Get it here: http://news.launchpad.net/podcast/la...ommunity-agile

Send us your ideas and questions to feedback@launchpad.net!

*Ubuntu Forums News*

*Tutorial of the Week*

This week's tutorial pick is a crowd-pleaser. It's "How``To: Install skype and sms with skype in ubuntu 8.04", by grobar.

If you're a Skype fan and want to install it, grobar has links and easy steps for putting it in place, with the added SMS package as a bonus. If you've never used it, this will probably be a good way to try it out. http://ubuntuforums.org/showthread.php?t=778691

Enjoy!

*Technical Update*

*Did we really release 8.04?*

What follows is an exert from a recent discussion on the developer mailing list about the LTS release schedule:

For some users, Ubuntu 8.04 did not live up to expectations in terms of bugs and regressions. Here are thoughts and questions that posters had: Do we need to reconsider how we approach getting to a release? For an LTS release should we add 2 months to the schedule? The problem is that even with all the alpha/beta/RC testing, the majority of tests really occur when users upgrade or install the release. So, it is better to release and fix afterwards, focusing on the bug fixing, as has been done, and not focusing on the next release immediately. https://lists.ubuntu.com/archives/ub...ly/004743.html

In response, Matt Zimmerman tells us that while there is always room for improvement, Ubuntu is constantly revisiting processes to meet the expanding expectations of Ubuntu. No one likes regressions, and a loss of functionality can be a crippling setback for a casual user. However, casual users should have no need to upgrade their operating system every six months, and this is one reason why we offer multiple maintenance cycles. Firefox 2 may have been more mature, but it was close to two years old, and scheduled for mothballing in December. With Ubuntu Desktop LTS scheduled for three years of maintenance, Firefox 3 was the only reasonable choice. Open``Office.org 2.4.x was tested for months before this bug, https://bugs.launchpad.net/ubuntu/+s...rg/+bug/210204 was reported, and it was then fixed for the 8.04.1 update.

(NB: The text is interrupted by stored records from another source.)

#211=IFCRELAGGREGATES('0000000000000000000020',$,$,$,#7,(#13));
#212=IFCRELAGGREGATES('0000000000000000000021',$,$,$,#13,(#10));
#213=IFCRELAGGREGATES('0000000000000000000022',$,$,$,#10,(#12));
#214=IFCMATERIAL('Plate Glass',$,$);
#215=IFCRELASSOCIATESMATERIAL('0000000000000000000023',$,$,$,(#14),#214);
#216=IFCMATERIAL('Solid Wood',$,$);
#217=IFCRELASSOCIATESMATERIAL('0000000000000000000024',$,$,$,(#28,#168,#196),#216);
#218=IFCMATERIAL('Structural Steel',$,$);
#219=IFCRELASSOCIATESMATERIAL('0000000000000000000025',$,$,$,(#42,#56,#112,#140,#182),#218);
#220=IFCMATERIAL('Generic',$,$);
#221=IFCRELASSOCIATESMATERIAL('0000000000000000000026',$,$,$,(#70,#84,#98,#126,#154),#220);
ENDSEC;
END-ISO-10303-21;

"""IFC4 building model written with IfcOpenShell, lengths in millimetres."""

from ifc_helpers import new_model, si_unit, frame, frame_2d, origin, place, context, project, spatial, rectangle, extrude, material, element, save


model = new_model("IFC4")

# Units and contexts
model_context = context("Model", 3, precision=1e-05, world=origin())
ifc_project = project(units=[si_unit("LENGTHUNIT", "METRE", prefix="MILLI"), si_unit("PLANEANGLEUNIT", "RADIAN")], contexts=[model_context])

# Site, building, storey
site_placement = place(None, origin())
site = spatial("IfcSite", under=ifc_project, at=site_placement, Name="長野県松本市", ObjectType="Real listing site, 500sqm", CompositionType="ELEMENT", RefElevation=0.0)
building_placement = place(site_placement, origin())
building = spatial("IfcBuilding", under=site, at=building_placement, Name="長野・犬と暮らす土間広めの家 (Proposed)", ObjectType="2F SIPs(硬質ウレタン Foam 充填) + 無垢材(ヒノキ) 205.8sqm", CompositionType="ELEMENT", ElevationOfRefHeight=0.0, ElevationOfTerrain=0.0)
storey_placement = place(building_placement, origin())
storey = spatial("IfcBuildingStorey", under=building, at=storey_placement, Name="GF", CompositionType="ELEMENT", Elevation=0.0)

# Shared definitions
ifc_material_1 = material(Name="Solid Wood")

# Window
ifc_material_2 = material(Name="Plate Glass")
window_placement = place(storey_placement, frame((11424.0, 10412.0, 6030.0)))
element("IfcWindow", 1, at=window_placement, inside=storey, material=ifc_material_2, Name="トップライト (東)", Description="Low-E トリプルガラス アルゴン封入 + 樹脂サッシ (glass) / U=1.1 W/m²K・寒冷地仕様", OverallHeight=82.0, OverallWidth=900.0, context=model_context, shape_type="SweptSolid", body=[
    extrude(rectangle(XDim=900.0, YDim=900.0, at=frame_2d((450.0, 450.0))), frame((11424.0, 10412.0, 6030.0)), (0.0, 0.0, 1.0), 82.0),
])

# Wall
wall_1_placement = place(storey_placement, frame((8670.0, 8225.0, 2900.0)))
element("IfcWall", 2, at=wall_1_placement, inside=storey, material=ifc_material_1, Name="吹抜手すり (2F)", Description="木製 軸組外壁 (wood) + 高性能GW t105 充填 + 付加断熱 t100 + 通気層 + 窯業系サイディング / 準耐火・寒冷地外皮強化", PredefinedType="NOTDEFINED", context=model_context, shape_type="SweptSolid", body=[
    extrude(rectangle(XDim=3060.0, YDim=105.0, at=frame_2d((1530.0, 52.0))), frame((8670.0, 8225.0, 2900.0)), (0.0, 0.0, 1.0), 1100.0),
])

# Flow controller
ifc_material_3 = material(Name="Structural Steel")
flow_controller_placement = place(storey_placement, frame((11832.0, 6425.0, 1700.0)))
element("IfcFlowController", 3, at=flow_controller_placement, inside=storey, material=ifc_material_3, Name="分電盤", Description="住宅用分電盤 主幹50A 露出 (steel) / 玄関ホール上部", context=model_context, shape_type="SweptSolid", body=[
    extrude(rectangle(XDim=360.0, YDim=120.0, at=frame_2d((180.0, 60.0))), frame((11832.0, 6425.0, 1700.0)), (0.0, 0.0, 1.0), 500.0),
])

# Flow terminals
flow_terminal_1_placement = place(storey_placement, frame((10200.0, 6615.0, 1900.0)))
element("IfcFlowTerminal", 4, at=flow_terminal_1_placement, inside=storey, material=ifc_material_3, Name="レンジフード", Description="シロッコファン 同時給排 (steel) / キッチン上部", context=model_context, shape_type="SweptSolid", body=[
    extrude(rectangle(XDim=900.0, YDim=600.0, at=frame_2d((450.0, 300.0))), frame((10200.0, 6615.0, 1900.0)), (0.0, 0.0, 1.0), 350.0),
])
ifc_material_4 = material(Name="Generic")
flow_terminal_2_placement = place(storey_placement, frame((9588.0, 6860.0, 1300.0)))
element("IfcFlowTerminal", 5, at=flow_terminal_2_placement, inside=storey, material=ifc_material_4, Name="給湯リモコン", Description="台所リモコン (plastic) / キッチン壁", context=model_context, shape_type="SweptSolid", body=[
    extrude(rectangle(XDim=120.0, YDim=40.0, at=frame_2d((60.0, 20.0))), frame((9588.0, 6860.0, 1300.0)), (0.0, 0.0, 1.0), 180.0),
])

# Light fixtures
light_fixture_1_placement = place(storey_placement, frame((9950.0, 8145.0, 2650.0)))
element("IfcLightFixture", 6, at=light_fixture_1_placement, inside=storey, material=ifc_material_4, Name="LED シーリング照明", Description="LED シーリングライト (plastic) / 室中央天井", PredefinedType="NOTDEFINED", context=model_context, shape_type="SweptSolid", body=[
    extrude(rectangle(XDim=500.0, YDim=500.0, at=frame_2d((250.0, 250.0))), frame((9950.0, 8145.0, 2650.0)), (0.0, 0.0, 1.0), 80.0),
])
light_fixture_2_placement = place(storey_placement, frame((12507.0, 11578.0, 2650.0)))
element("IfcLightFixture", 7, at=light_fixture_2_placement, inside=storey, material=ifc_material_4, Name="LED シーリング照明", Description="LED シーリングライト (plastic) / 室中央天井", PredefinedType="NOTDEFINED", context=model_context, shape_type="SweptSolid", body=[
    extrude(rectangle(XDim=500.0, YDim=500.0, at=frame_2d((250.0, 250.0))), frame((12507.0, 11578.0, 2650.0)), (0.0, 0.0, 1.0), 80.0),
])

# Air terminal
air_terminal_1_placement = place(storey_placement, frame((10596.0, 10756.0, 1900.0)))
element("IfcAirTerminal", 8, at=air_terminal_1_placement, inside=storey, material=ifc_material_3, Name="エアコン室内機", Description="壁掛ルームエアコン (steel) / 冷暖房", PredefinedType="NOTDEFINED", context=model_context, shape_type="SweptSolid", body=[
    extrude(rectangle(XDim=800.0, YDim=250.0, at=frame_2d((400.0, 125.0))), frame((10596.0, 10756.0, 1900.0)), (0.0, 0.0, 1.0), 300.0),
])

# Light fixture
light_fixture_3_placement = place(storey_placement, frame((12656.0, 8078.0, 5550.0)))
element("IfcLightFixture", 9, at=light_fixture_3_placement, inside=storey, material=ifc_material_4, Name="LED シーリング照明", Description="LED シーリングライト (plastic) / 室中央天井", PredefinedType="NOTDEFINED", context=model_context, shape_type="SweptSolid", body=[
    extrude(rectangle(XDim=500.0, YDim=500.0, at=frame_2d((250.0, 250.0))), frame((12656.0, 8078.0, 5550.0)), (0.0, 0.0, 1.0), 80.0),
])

Ubuntu thrives on the efforts of open source developers, and their attention is very focused on the latest code. Most new releases fix many more problems than they create, and the aim is to provide users with the best experience we can. While it is easy to insist that Ubuntu should stop being on the bleeding edge of software and features, in order to achieve this, we would need to rigorously specify every feature in Ubuntu and how it should work. This is almost an impossible task. Instead, we focus on defining a subset of functionality which can be tested in practice. Test plans are here: https://wiki.ubuntu.com/Testing along with instructions for how you can participate in the testing effort. https://lists.ubuntu.com/archives/ub...ly/004777.html

*In The Press*

Move Your Business From Windows to Linux - If have a business and you're tired of the high cost of software, the questionable licensing, the difficulty of upgrading and installing, then Scott Spanbauer of PC World has some suggestions.  Linux can be purchased in boxed sets, or downloaded from the internet and burned to disk.  And one disk can be installed on as many machines as you like, due to the Gnu General Public License. Installations are user friendly, and various distributions serve specific needs and desires, such as fitting within the confines of older equipment or being used on a server. There are also many ways to work around the problem of applications that are locked to a particular operating system. http://www.pcworld.com/article/14787..._to_linux.html

Mark Shuttleworth on Ubuntu and the Linux Desktop -  James Maguire asks Mark Shuttleworth a number of questions in an interview, including:What is happening with Ubuntu Mobile?What is Ubuntu doing with the small, ultra portable laptops?What fundamental changes are planned for Ubuntu?What is the future of the deal with Dell?Is  Ubuntu making a profit?What are your feelings about the Microsoft/Novell deal?What about Canonical and Microsoft?How do you feel about proprietary drivers?Does Ubuntu weaken Debian?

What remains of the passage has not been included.